[Task requirements] Of all the lines in the records below, copy only those that contain the string "IFCRELVOIDSELEMENT".

[Stored data entries]
------------------------------------------------------------------------

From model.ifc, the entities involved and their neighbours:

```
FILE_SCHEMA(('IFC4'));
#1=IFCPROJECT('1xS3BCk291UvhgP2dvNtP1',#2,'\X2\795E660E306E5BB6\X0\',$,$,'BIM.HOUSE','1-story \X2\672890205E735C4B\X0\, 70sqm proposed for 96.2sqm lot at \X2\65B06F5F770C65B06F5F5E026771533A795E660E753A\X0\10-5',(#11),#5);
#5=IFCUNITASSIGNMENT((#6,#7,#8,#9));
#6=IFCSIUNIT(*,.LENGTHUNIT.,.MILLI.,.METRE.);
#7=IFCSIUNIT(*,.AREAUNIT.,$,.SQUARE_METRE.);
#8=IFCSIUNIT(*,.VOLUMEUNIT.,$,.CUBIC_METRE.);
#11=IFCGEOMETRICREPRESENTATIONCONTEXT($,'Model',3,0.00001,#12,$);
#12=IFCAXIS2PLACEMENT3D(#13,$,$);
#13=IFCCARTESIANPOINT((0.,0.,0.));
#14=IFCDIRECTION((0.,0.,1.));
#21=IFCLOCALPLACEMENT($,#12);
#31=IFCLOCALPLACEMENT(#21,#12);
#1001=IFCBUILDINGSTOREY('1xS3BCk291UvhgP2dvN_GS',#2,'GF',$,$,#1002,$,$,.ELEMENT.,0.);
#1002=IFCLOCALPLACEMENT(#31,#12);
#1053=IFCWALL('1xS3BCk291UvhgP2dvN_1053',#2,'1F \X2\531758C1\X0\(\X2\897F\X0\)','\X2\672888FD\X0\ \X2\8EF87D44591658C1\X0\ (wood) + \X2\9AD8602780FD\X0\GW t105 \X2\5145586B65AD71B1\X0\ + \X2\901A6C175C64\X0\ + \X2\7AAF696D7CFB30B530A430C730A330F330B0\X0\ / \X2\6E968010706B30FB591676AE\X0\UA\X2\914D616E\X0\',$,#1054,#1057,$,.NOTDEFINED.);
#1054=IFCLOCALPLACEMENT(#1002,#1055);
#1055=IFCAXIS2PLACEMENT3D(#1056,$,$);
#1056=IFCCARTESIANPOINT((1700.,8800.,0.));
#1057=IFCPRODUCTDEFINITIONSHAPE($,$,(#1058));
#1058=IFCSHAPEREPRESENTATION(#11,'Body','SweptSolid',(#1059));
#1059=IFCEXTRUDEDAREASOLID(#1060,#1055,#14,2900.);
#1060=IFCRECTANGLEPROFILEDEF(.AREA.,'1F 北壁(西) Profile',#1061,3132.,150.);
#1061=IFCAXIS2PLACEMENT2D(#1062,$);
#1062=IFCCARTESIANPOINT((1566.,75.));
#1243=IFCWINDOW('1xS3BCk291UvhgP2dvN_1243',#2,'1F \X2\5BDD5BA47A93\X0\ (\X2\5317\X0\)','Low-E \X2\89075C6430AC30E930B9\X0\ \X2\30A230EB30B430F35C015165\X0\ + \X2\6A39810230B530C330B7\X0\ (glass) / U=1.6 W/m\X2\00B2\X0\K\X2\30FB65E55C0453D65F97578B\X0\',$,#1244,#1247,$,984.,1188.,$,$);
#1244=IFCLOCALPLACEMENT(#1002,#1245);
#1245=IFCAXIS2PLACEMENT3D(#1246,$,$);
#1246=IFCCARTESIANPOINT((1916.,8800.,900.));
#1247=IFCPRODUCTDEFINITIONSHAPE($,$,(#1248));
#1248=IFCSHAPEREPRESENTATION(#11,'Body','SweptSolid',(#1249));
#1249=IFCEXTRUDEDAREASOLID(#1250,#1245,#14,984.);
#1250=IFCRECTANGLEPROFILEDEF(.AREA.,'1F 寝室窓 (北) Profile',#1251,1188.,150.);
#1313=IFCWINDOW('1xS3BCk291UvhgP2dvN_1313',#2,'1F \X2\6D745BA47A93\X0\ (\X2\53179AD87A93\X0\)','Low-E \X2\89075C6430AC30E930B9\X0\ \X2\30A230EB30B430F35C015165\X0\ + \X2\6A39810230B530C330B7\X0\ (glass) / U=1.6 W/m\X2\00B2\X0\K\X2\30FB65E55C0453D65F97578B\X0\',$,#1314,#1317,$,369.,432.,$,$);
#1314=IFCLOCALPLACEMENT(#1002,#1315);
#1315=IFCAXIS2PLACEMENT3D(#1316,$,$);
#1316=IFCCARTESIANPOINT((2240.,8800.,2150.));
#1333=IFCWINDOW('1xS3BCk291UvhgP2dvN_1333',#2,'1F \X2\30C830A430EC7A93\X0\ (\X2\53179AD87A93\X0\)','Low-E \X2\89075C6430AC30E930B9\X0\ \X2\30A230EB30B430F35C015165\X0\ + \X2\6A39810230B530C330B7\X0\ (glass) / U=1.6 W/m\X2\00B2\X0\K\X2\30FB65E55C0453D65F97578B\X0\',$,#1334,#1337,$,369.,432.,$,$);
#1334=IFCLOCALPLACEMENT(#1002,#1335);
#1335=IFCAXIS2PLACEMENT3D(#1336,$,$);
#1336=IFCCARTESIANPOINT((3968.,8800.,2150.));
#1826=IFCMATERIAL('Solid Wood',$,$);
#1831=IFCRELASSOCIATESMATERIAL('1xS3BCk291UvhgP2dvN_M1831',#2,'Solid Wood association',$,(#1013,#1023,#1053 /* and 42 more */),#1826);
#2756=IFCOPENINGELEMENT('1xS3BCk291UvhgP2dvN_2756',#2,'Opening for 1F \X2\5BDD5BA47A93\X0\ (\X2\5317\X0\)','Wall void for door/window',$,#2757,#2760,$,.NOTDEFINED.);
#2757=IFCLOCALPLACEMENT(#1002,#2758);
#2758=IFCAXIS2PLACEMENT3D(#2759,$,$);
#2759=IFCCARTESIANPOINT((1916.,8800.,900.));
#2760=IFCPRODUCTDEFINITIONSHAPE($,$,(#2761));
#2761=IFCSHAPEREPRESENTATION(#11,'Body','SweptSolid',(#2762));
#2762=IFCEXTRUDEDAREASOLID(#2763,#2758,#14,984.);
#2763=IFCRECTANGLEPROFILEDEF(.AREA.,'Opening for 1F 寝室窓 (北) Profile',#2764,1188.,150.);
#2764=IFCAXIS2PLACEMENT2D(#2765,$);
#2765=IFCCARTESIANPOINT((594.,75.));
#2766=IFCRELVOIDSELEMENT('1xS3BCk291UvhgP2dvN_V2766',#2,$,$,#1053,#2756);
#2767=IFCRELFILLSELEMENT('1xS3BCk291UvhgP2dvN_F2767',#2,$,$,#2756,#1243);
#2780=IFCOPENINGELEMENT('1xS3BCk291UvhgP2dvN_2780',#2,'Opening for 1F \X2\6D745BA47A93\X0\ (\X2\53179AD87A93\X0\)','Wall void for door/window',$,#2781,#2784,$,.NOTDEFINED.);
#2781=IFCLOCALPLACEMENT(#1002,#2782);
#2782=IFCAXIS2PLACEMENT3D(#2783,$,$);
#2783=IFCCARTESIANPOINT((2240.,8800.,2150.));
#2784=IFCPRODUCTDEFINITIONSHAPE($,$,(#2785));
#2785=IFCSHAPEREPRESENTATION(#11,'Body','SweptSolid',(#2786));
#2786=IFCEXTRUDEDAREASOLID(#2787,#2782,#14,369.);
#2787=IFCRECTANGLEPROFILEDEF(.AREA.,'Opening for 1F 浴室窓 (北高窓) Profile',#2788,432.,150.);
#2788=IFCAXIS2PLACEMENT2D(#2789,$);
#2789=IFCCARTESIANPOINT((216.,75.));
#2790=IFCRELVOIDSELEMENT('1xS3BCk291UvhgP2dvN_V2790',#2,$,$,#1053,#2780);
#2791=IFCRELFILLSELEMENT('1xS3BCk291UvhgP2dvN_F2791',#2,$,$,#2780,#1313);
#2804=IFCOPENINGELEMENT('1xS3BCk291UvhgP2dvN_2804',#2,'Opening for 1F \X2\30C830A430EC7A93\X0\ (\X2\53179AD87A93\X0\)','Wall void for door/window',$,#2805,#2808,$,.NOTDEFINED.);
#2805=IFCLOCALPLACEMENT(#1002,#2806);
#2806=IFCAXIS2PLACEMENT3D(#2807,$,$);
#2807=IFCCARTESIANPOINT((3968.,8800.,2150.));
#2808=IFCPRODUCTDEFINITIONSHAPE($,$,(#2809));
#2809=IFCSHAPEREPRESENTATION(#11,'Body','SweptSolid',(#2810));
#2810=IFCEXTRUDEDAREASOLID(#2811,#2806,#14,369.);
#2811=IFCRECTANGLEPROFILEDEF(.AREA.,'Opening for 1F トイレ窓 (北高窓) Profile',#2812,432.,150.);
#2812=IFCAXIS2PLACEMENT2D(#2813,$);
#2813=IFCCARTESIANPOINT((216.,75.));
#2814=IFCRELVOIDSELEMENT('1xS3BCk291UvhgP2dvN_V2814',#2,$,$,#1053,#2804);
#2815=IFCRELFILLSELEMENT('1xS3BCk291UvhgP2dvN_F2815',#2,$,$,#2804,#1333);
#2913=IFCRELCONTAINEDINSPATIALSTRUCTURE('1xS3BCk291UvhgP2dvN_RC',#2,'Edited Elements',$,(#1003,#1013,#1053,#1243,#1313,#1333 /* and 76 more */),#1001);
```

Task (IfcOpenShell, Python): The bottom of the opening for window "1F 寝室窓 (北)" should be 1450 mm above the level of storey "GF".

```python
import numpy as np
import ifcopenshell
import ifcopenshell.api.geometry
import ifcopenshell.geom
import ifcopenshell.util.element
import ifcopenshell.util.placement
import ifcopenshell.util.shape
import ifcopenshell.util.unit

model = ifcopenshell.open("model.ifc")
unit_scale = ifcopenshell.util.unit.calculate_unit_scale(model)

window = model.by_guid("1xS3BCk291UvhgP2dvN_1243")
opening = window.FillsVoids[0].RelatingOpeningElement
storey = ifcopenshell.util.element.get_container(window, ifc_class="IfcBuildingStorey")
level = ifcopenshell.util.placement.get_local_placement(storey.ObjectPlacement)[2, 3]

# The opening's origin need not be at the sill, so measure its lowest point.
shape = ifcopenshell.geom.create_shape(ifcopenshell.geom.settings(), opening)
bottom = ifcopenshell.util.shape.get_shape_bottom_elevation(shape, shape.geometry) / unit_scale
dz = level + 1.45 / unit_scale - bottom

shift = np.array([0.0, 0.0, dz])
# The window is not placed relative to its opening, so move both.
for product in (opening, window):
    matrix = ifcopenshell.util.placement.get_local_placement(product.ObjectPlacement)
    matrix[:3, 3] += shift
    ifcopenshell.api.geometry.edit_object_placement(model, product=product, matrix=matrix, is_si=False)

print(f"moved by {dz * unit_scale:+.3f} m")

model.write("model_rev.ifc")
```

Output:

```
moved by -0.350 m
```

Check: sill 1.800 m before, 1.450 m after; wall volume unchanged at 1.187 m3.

------------------------------------------------------------------------

[Result of the task]
#2766=IFCRELVOIDSELEMENT('1xS3BCk291UvhgP2dvN_V2766',#2,$,$,#1053,#2756);
#2790=IFCRELVOIDSELEMENT('1xS3BCk291UvhgP2dvN_V2790',#2,$,$,#1053,#2780);
#2814=IFCRELVOIDSELEMENT('1xS3BCk291UvhgP2dvN_V2814',#2,$,$,#1053,#2804);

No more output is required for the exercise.